Note: A much smaller percentage of individuals that present with symptoms of temporomandibular joint dysfunction has also been diagnosed by their physicians and health care provides having biochemical imbalances related to nutritional/ vitamin deficiencies and hormonal issues leading to emotional and psychological anxieties and depressions. (Expert help in nutritional and psycho-social counseling may be of great importance to those with these particular needs). These factors should not be ignored!
TMJ is more appropriately called TMD (Temporomandibular Joint Disorder or Dysfunction).
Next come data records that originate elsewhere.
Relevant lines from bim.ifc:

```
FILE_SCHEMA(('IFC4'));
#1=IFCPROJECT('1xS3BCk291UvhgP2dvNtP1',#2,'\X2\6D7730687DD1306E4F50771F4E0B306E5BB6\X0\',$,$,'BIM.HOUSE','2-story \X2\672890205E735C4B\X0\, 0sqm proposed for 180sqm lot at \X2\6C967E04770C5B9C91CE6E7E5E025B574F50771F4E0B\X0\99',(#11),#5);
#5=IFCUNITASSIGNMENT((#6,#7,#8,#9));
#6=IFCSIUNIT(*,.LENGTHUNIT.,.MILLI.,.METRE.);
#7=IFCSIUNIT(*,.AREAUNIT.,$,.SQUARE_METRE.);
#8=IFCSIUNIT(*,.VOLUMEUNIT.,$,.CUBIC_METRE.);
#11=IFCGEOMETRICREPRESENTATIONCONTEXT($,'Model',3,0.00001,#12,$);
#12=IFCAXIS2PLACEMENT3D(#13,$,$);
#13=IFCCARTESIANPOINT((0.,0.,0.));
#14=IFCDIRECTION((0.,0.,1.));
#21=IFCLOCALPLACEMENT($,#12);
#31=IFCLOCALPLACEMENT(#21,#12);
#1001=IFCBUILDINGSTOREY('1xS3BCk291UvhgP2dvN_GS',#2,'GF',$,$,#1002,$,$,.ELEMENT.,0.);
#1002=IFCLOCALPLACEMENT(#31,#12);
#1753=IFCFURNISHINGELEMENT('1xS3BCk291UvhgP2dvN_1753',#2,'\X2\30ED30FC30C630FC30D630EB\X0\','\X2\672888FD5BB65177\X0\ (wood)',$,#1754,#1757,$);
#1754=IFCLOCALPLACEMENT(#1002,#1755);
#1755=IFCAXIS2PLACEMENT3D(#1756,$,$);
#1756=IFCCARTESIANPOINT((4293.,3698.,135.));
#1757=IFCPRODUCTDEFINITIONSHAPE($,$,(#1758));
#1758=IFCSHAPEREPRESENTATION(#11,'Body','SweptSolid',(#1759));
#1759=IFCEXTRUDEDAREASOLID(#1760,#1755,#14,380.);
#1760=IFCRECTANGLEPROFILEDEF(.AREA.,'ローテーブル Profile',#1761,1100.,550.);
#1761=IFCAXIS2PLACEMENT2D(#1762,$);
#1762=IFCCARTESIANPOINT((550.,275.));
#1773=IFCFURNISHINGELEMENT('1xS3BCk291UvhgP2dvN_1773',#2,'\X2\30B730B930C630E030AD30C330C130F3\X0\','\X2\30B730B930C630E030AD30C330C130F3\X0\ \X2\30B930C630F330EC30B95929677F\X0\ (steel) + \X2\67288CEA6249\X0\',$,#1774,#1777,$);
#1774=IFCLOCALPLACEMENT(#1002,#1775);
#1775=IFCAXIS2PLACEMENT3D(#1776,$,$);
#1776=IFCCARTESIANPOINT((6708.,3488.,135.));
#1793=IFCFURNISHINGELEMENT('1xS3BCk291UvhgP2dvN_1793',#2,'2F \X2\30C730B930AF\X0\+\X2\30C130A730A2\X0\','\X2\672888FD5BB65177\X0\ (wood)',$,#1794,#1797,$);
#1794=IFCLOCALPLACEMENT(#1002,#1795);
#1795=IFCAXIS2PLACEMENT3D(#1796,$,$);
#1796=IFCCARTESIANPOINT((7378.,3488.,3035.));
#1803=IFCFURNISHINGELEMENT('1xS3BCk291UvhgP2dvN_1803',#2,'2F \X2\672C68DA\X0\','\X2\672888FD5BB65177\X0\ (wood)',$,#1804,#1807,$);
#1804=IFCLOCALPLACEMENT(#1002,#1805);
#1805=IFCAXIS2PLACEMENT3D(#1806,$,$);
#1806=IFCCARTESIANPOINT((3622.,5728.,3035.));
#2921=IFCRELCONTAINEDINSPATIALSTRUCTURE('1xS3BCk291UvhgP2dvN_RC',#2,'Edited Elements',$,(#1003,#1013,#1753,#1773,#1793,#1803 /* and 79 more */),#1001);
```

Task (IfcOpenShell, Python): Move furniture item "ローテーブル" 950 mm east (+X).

```python
import ifcopenshell
import ifcopenshell.api.geometry
import ifcopenshell.util.placement

model = ifcopenshell.open("bim.ifc")

item = model.by_guid("1xS3BCk291UvhgP2dvN_1753")
matrix = ifcopenshell.util.placement.get_local_placement(item.ObjectPlacement)
matrix[0, 3] += 950.0
ifcopenshell.api.geometry.edit_object_placement(model, product=item, matrix=matrix, is_si=False)

print(ifcopenshell.util.placement.get_local_placement(item.ObjectPlacement).round(3) + 0.0)

model.write("bim_rev.ifc")
```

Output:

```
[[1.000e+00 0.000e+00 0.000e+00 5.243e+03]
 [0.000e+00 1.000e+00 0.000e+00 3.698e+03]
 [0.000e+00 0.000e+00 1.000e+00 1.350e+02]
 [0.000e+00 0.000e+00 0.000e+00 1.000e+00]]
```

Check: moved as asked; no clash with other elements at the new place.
Airway Obstruction: Primary Environmental Factors
Poor arch development, lack of tongue space, facial aesthetics, tooth long axis discrepancies, anterior crowding, and vertical deficiencies are growth and development outcomes of abnormal tongue habits, airway obstruction (breathing), muscle abnormalities, postural abnormalities and facial abnormalities. These are just some of the primary environmental factors that leads to skeletal and neuromuscular problems of any patient with multiple influences.
A comprehensive understanding of the early iatrogenesis of aberrant tongue function is available in the Garry’s monographs on “Early iatrogeneic orofacial muscle, skeletal, and TMJ dysfunction”. Placement of the tongue to maintain a compensatory airway due to nasal obstruction or placement of the tongue between the teeth for compensatory bracing of the mandible may also lead to unstable occlusion.
What Does TMJ Therapy Involve?
There are two prominent philosophies and perspectives to addressing TMD:
- Bio-Psychosocial Perspective
- Bio-Physiologic Neuromuscular Perspective
The National Institute of Dental and Craniofacial Research (NIDCR) ignores that TMD may have not only a muscular component to this disease/dysfunction but that it also may have an occlusal component as well is an over-site which only exemplifies its intent to ignore the bio-physiologic factors of the stomatognathic system and posture of the upper quarter of the bodies systems.
- It suggests that medicine is the solution to TMD problems.
- It suggests that TMD often resolves itself and is self-healing.
- It emphasizes that TMD is a self-limiting disease and occlusal (bite) changes are to be avoided.
- It does not acknowledge that TMD is a major component in the scope of dental practice nor does it recognize that the dentist has a major role in dealing with muscles, joints and teeth as it pertains to temporomandibular joint disorder and all the associated signs and symptoms that relate to the trigeminal system.
Bio-Physiologic Gneuromuscular (GNM) Perspective
This approach focuses on not only the subjective patient complaints, but also on objective assessment of the musculoskeletal occlusal signs and symptoms of TMD.
- Measuring technology and instrumentation are used and include: 1) computerized mandibular tracking, 2) surface electromyography and 3) electrosonography of the TMJ.
- The US Food and Drug Administration (FDA) approved the sale of these devices for these purposes of measuring activity that directly relates to the TMJ. The medical necessity of their use for each patient must be documented by the treating dentist and certainly are non-invasive approaches to document medical necessity.
- These devices have been found to be extremely useful in aiding the clinician to arrive at a diagnosis for conservative treatment. NIDCR fails to even recognize such.
- The use of objective quantifiable diagnostic procedures should be implemented to quantify and qualify a patient’s dysfunction. This certainly adds essential, accurate information in the effective diagnostic and treatment process especially for patients with trauma episodes to the head and neck regions.